MODIFIED CORRELATION WEIGHT K-NEAREST NEIGHBOR CLASSIFIER USING TRAINING DATASET CLEANING METHOD
Main Article Content
Abstract
In pattern recognition, the k-Nearest Neighbor (kNN) algorithm is the simplest non-parametric algorithm. Due to its simplicity, the model cases and the quality of the training data itself usually influence kNN algorithm classification performance. Therefore, this article proposes a sparse correlation weight model, combined with the Training Data Set Cleaning (TDC) method by Classification Ability Ranking (CAR) called the CAR classification method based on Coefficient-Weighted kNN (CAR-CWKNN) to improve kNN classifier performance. Correlation weight in Sparse Representation (SR) has been proven can increase classification accuracy.
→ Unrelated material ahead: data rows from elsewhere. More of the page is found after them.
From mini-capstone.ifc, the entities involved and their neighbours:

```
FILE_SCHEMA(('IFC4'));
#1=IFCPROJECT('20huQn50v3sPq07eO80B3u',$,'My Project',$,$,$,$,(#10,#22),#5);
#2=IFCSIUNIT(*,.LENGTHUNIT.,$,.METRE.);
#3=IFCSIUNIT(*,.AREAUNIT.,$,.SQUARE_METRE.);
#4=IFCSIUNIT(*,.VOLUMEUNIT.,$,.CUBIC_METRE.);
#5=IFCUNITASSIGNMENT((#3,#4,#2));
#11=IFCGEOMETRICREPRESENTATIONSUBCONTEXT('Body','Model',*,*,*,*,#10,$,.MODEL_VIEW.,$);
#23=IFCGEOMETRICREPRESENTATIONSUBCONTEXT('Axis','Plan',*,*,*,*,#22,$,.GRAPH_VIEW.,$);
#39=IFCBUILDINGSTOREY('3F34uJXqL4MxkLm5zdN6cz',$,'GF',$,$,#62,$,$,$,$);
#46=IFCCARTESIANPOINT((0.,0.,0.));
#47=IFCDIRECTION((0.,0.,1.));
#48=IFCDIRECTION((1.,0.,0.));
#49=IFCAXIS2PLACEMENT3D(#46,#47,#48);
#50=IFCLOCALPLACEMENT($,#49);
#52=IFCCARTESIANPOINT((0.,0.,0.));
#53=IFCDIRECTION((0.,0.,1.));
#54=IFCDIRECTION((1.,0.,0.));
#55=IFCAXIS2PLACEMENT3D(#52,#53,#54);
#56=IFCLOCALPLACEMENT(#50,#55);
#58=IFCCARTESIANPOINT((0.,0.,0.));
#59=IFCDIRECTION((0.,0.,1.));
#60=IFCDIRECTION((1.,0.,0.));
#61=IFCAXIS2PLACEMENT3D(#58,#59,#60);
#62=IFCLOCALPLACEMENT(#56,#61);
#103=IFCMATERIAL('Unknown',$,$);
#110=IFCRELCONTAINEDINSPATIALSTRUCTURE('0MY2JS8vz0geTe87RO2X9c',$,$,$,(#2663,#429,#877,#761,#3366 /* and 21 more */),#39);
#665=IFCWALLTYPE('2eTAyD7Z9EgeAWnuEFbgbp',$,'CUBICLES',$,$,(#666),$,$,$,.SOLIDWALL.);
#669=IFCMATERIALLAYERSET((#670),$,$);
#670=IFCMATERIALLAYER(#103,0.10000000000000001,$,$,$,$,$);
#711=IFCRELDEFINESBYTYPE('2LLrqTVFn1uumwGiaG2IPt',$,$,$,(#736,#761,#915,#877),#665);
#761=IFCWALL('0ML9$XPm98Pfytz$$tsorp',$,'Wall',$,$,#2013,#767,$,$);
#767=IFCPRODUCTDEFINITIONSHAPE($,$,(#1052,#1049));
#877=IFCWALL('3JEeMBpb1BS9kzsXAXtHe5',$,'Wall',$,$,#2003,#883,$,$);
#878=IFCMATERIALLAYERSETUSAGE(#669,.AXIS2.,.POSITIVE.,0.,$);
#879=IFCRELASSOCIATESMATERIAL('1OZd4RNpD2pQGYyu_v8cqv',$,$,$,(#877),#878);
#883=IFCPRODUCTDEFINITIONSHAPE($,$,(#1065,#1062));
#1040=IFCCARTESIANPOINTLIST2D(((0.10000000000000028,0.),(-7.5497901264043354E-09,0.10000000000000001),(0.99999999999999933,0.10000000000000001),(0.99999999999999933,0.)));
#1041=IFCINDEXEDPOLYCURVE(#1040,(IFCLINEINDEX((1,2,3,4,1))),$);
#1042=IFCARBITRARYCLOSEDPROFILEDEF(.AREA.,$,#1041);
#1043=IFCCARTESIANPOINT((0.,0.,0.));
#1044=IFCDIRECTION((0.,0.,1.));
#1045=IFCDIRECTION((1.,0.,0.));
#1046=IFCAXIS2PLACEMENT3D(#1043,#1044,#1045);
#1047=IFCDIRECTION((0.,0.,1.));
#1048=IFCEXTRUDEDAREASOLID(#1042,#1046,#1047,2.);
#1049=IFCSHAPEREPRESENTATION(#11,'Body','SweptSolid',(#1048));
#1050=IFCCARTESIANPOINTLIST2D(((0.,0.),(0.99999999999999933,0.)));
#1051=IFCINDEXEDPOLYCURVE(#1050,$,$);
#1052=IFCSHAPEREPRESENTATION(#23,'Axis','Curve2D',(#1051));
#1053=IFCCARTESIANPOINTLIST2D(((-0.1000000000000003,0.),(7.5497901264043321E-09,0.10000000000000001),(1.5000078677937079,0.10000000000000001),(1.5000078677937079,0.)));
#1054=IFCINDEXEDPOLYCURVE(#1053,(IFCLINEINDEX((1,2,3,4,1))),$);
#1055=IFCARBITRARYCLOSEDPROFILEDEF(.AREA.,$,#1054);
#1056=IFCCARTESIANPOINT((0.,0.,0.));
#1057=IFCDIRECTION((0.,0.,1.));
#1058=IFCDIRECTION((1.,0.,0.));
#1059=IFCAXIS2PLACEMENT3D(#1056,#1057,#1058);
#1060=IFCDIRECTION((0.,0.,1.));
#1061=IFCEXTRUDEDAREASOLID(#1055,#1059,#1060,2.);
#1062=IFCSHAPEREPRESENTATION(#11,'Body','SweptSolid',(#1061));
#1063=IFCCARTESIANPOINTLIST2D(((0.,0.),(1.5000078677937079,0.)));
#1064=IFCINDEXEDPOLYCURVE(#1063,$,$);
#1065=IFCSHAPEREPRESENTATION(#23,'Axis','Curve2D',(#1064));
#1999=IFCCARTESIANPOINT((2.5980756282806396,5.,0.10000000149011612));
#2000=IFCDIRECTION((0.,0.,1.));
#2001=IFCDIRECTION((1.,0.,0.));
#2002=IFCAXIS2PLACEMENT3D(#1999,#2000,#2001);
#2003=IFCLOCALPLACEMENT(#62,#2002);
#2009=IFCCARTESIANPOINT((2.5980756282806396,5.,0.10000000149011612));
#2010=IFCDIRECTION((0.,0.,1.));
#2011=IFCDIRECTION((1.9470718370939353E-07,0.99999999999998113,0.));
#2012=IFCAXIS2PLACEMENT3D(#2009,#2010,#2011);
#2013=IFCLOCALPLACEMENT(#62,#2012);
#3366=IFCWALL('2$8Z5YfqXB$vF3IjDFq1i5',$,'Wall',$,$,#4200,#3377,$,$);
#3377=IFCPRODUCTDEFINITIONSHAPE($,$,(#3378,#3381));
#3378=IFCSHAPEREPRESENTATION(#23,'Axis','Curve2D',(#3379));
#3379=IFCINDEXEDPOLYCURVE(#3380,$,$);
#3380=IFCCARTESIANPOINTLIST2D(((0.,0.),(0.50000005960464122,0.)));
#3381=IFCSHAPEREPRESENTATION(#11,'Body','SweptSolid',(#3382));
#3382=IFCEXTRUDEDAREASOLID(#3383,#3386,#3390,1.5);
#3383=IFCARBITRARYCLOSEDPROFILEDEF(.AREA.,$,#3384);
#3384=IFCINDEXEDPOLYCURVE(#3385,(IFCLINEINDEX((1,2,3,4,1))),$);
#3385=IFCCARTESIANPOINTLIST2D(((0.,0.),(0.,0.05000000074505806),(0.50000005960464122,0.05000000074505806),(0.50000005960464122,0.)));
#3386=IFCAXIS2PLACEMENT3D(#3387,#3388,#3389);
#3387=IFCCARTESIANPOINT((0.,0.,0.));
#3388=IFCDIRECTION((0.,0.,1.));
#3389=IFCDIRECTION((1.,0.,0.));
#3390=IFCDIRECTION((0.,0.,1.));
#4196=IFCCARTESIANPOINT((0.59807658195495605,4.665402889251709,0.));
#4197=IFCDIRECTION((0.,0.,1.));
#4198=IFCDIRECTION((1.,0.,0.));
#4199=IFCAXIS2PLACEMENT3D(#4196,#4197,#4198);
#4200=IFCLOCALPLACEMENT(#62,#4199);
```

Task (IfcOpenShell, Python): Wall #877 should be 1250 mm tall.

```python
import ifcopenshell
import ifcopenshell.geom
import ifcopenshell.util.representation
import ifcopenshell.util.shape
import ifcopenshell.util.unit

model = ifcopenshell.open("mini-capstone.ifc")
unit_scale = ifcopenshell.util.unit.calculate_unit_scale(model)
settings = ifcopenshell.geom.settings()


def volume(element):
    """Net volume in cubic metres, openings subtracted."""
    shape = ifcopenshell.geom.create_shape(settings, element)
    return ifcopenshell.util.shape.get_volume(shape.geometry)


wall = model.by_guid("3JEeMBpb1BS9kzsXAXtHe5")
before = volume(wall)

body = ifcopenshell.util.representation.get_representation(wall, "Model", "Body")
solid = body.Items[0]
old_height = solid.Depth
solid.Depth = 1.25 / unit_scale
after = volume(wall)

print(f"height {old_height:g} -> {solid.Depth:g}, volume {before:.3f} -> {after:.3f} m3")

model.write("mini-capstone_rev.ifc")
```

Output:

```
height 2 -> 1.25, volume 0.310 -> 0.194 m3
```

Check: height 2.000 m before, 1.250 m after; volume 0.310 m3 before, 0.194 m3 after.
The SR can show the 'neighborhood' structure of the data, which is why it is very suitable for classification based on the Nearest Neighbor. The Classification Ability (CA) function is applied to classify the best training sample data based on rank in the cleaning stage. The Leave One Out (LV1) concept in the CA works by cleaning data that is considered likely to have the wrong classification results from the original training data, thereby reducing the influence of the training sample data quality on the kNN classification performance. The results of experiments with four public UCI data sets related to classification problems show that the CAR-CWKNN method provides better performance in terms of accuracy.